Navigating a New Pace of Change

Thirty years ago, change in our industry moved at a measured, linear pace. Regulatory initiatives unfolded over years, and utilities adapted. Today’s change is different. It’s revolutionary — driven by technology, customer engagement and unprecedented large-load growth — while compounded by policy uncertainty, longer timelines and workforce constraints.

For public power systems tasked with serving communities reliably and affordably, the stakes couldn’t be higher. There is also a compounding effect of so many challenges emerging at once. In addition, utilities are being asked to deliver reliability and affordability in a context where the timelines, incentives, and rules are not well-aligned.

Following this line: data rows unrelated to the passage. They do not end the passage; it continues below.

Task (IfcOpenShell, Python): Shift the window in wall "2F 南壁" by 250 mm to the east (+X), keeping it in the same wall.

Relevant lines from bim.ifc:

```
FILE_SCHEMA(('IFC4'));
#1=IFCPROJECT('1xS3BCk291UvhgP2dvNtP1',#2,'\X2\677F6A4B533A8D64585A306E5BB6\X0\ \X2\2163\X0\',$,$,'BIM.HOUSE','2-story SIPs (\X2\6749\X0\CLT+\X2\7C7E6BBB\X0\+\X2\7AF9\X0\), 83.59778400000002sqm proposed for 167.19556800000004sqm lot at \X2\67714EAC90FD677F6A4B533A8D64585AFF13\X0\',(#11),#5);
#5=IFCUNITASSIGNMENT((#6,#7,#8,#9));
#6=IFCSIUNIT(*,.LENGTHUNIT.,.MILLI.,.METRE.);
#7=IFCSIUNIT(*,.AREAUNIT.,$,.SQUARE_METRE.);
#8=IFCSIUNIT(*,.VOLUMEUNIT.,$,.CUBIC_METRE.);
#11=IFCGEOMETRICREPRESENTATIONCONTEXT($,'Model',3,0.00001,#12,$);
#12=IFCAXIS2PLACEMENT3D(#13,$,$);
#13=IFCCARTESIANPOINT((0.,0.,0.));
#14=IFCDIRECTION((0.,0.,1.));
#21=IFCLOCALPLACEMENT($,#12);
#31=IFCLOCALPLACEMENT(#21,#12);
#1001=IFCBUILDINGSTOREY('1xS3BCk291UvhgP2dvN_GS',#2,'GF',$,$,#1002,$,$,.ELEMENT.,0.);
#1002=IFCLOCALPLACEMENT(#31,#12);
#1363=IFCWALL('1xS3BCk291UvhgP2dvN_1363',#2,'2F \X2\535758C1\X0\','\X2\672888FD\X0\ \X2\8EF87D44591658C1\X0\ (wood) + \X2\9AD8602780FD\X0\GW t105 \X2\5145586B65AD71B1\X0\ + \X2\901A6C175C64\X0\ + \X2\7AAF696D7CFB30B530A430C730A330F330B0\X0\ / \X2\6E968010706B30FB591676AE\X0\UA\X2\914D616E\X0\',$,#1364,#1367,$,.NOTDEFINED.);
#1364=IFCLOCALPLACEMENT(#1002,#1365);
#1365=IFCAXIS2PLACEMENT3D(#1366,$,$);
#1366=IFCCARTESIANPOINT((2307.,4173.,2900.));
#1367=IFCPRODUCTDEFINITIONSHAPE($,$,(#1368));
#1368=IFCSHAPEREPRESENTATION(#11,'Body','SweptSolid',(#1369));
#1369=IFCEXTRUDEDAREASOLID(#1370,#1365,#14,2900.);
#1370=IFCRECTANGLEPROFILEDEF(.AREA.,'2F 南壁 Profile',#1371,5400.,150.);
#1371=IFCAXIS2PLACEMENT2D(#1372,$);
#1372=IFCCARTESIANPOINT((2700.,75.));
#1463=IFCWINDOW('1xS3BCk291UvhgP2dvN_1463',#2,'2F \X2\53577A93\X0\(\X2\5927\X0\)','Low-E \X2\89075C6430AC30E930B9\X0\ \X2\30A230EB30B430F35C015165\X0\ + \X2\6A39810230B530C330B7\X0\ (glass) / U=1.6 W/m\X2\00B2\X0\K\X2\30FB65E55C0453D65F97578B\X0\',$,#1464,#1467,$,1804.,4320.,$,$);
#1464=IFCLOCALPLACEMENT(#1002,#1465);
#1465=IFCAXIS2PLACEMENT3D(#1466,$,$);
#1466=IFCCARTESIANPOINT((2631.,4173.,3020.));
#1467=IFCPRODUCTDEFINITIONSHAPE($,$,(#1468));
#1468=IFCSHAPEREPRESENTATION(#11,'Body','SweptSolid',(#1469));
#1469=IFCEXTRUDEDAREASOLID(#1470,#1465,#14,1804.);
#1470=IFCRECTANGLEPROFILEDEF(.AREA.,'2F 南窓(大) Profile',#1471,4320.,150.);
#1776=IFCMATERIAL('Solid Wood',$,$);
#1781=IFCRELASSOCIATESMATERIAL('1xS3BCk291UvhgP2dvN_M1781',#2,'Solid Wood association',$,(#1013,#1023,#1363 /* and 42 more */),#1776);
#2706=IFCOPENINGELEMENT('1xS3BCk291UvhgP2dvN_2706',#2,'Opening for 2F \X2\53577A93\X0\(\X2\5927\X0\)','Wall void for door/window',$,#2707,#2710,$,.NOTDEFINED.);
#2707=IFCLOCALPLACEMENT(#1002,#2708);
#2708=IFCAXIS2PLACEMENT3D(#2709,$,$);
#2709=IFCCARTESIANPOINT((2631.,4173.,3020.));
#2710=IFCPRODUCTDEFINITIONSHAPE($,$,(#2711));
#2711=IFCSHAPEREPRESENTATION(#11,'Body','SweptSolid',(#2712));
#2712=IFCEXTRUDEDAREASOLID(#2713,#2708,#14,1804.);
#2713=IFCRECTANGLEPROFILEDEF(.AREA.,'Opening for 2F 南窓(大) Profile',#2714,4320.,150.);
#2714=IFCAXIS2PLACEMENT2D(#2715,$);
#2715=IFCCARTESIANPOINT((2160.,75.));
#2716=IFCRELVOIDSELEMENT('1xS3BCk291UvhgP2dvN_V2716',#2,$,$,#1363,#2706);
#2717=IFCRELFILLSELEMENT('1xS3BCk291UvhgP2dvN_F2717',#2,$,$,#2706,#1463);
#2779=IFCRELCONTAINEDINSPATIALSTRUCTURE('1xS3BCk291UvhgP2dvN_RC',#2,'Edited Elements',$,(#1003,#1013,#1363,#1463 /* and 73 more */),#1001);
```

```python
import ifcopenshell
import ifcopenshell.api.geometry
import ifcopenshell.util.placement
import ifcopenshell.util.unit

model = ifcopenshell.open("bim.ifc")
unit_scale = ifcopenshell.util.unit.calculate_unit_scale(model)

window = model.by_id(1463)
opening = window.FillsVoids[0].RelatingOpeningElement
wall = opening.VoidsElements[0].RelatingBuildingElement

wall_matrix = ifcopenshell.util.placement.get_local_placement(wall.ObjectPlacement)
shift = wall_matrix[:3, 0] * 0.25 / unit_scale
before = ifcopenshell.util.placement.get_local_placement(window.ObjectPlacement)[:3, 3].copy()

# The window is not placed relative to its opening, so move both.
for product in (opening, window):
    matrix = ifcopenshell.util.placement.get_local_placement(product.ObjectPlacement)
    matrix[:3, 3] += shift
    ifcopenshell.api.geometry.edit_object_placement(model, product=product, matrix=matrix, is_si=False)

after = ifcopenshell.util.placement.get_local_placement(window.ObjectPlacement)[:3, 3]
print("window moved by", (after - before).round(3) + 0.0)

model.write("bim_updated.ifc")
```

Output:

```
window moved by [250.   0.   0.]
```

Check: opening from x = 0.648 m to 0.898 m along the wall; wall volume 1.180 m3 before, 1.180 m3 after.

Industry Challenges and Constraints

  • Policy uncertainty: The lack of a coherent, durable national energy policy makes long-lived (40-plus years) investments more difficult. Policy preferences swing like a pendulum, shifting the “rules of the road” in ways that introduce planning risk and push resource decisions away from those who are responsible for serving load.
  • Regional transmission organization (RTO) rule misalignment: Some market rules were designed for different conditions and are now showing their limitations. When the underlying drivers change, the cracks in assumptions surface.
  • Permitting and interconnection: Complex, multi-jurisdictional processes are slow and often conflicting — slowing the development of both new generation and essential transmission.
  • Supply chain and costs: Longer equipment lead times and higher capital costs collide with the increasing demand for electricity, which is accelerating at a faster pace than can be reasonably met.
  • Workforce and new skill sets: From lineworkers to management, retirements and competition for talent are real across the industry. Meanwhile, data integration, analytics and controls require new expertise and skill sets that employees must develop if they don’t already have. We are also witnessing a shorter replacement cycle for technology — as soon as we adapt to one new piece of technology, another new one is developed.

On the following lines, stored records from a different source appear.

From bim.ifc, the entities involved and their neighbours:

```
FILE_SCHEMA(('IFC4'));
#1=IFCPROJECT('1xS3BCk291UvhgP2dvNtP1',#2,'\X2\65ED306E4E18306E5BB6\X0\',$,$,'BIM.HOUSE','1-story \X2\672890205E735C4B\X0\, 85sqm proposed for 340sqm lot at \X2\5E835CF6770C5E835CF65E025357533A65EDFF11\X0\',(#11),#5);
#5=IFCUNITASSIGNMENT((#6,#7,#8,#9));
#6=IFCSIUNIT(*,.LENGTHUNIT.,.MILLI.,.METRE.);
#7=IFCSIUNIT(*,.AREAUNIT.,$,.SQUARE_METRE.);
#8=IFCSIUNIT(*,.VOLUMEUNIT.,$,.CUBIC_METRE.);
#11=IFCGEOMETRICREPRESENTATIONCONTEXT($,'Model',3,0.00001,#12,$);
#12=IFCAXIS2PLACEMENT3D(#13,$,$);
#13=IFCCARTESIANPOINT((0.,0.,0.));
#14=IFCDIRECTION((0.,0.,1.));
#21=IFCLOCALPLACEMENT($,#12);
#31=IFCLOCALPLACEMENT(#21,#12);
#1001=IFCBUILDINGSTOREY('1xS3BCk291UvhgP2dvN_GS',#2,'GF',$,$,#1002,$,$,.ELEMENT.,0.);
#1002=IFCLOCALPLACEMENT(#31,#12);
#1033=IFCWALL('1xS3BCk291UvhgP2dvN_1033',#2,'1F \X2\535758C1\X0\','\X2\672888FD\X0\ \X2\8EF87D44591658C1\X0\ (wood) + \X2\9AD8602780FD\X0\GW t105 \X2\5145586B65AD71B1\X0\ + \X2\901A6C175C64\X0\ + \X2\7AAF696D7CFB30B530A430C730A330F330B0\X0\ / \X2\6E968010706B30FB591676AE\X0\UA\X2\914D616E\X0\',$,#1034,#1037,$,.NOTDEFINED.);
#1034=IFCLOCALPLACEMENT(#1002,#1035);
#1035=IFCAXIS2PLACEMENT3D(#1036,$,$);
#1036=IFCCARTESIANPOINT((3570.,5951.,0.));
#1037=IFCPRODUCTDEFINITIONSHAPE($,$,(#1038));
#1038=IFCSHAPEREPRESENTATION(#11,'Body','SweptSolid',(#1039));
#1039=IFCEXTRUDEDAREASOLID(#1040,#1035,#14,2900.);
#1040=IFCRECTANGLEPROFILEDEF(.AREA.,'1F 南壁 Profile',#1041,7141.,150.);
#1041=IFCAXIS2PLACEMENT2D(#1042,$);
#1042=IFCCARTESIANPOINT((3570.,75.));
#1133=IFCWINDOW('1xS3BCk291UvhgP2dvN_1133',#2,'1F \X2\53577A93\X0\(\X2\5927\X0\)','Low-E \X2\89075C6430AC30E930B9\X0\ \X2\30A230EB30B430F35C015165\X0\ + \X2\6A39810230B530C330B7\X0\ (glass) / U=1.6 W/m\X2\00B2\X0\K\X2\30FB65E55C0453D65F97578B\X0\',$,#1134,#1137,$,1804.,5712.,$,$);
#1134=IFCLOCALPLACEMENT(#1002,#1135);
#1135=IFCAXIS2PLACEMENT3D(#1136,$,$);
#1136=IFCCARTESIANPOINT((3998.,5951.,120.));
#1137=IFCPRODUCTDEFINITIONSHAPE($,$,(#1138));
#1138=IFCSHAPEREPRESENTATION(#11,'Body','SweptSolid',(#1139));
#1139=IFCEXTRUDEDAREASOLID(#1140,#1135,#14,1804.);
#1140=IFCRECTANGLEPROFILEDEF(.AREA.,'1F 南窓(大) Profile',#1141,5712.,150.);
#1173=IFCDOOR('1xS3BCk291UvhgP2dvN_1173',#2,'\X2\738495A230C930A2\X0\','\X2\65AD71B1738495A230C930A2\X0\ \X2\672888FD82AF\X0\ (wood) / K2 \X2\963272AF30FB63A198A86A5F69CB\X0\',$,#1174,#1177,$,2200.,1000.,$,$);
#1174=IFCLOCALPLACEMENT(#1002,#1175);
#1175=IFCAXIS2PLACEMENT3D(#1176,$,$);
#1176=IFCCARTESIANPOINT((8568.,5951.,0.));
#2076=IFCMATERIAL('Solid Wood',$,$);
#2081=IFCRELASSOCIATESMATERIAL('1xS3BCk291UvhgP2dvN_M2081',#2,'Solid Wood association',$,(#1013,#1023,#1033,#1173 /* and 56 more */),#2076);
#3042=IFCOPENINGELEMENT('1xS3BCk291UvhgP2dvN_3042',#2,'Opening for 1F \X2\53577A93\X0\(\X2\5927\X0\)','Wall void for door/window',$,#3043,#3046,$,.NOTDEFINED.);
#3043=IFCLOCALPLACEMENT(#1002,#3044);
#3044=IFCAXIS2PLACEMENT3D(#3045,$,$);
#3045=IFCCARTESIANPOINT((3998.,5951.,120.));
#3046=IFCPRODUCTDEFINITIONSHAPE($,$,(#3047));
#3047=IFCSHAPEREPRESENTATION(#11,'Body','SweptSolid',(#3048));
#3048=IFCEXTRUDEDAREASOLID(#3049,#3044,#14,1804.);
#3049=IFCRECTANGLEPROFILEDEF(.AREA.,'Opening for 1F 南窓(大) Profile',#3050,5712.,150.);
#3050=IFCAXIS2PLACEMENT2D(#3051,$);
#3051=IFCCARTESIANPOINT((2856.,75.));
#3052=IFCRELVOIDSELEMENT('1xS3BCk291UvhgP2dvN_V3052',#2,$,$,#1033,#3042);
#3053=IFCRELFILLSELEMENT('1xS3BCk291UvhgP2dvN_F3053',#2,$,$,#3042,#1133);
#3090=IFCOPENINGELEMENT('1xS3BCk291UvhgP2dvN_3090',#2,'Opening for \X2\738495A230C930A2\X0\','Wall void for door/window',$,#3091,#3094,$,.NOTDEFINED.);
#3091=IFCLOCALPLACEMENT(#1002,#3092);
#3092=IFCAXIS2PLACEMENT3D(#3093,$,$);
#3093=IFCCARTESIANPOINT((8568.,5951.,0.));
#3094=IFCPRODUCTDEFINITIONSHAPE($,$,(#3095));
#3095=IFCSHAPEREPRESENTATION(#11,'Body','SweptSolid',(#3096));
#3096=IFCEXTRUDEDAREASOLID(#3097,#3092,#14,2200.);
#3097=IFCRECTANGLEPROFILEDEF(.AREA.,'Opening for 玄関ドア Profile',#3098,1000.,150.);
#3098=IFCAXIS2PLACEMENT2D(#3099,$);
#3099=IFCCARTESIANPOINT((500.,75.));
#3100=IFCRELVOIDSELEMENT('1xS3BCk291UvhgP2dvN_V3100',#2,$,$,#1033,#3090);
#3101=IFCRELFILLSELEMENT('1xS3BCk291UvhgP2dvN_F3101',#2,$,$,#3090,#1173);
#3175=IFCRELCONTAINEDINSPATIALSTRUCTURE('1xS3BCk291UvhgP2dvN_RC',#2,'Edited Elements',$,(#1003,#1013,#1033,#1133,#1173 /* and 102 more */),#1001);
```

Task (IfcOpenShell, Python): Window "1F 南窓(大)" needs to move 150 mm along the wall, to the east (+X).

```python
import ifcopenshell
import ifcopenshell.api.geometry
import ifcopenshell.util.placement
import ifcopenshell.util.unit

model = ifcopenshell.open("bim.ifc")
unit_scale = ifcopenshell.util.unit.calculate_unit_scale(model)

window = model.by_guid("1xS3BCk291UvhgP2dvN_1133")
opening = window.FillsVoids[0].RelatingOpeningElement
wall = opening.VoidsElements[0].RelatingBuildingElement

wall_matrix = ifcopenshell.util.placement.get_local_placement(wall.ObjectPlacement)
shift = wall_matrix[:3, 0] * 0.15 / unit_scale
before = ifcopenshell.util.placement.get_local_placement(window.ObjectPlacement)[:3, 3].copy()

# The window is not placed relative to its opening, so move both.
for product in (opening, window):
    matrix = ifcopenshell.util.placement.get_local_placement(product.ObjectPlacement)
    matrix[:3, 3] += shift
    ifcopenshell.api.geometry.edit_object_placement(model, product=product, matrix=matrix, is_si=False)

after = ifcopenshell.util.placement.get_local_placement(window.ObjectPlacement)[:3, 3]
print("window moved by", (after - before).round(3) + 0.0)

model.write("bim_rev.ifc")
```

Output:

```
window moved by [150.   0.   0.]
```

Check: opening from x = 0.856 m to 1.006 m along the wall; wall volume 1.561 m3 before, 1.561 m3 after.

Reliability and resource adequacy are often in the news because a data center can move from the announcement to a finished facility in roughly a year once approvals are in place. However, transmission upgrades to serve that same load can take four to eight years, and new baseload generation can take six to eight years, or even longer for the development of nuclear power.

Real progress to address this mismatch will require practical, bipartisan permitting reform, cross-jurisdictional coordination, and the modernization of processes. Transmission can be a temporary bandage but ultimately, the system needs capacity along with the time to design it, get it approved and then build it.

The growth in large loads, especially data centers and AI-related demand is real. The public power imperative is to be pro-growth and risk-aware at the same time, protecting existing customers while considering economic development.

Planning for Growth While Protecting Communities

Public power is often seen as nimble and we want to be constructive partners. But public power is not in a position to overbuild on speculative projections. Therefore, it’s important that agreements are put in place that follow cost causation and protect public power communities and the existing customer base.

Public power’s advantage is long-horizon planning and community alignment. Public power utilities focus on the communities they serve, making sure they have reliable, affordable power for everyone while still serving growth and development.

Disruptors, by definition, are hard to predict. A decade and a half ago, few anticipated how fracking and an economic downturn would abruptly change market dynamics. Today, we’re seeing multiple new disruptors — AI-driven demand, evolving technologies and the reemergence of reliability concerns — arrive simultaneously.

Public power utilities will continue to focus on the communities they serve, making sure they have reliable, affordable power for everyone while still serving growth and development. That means disciplined planning, risk-aware contracts, collaborative problem-solving, and relentless focus on their customers.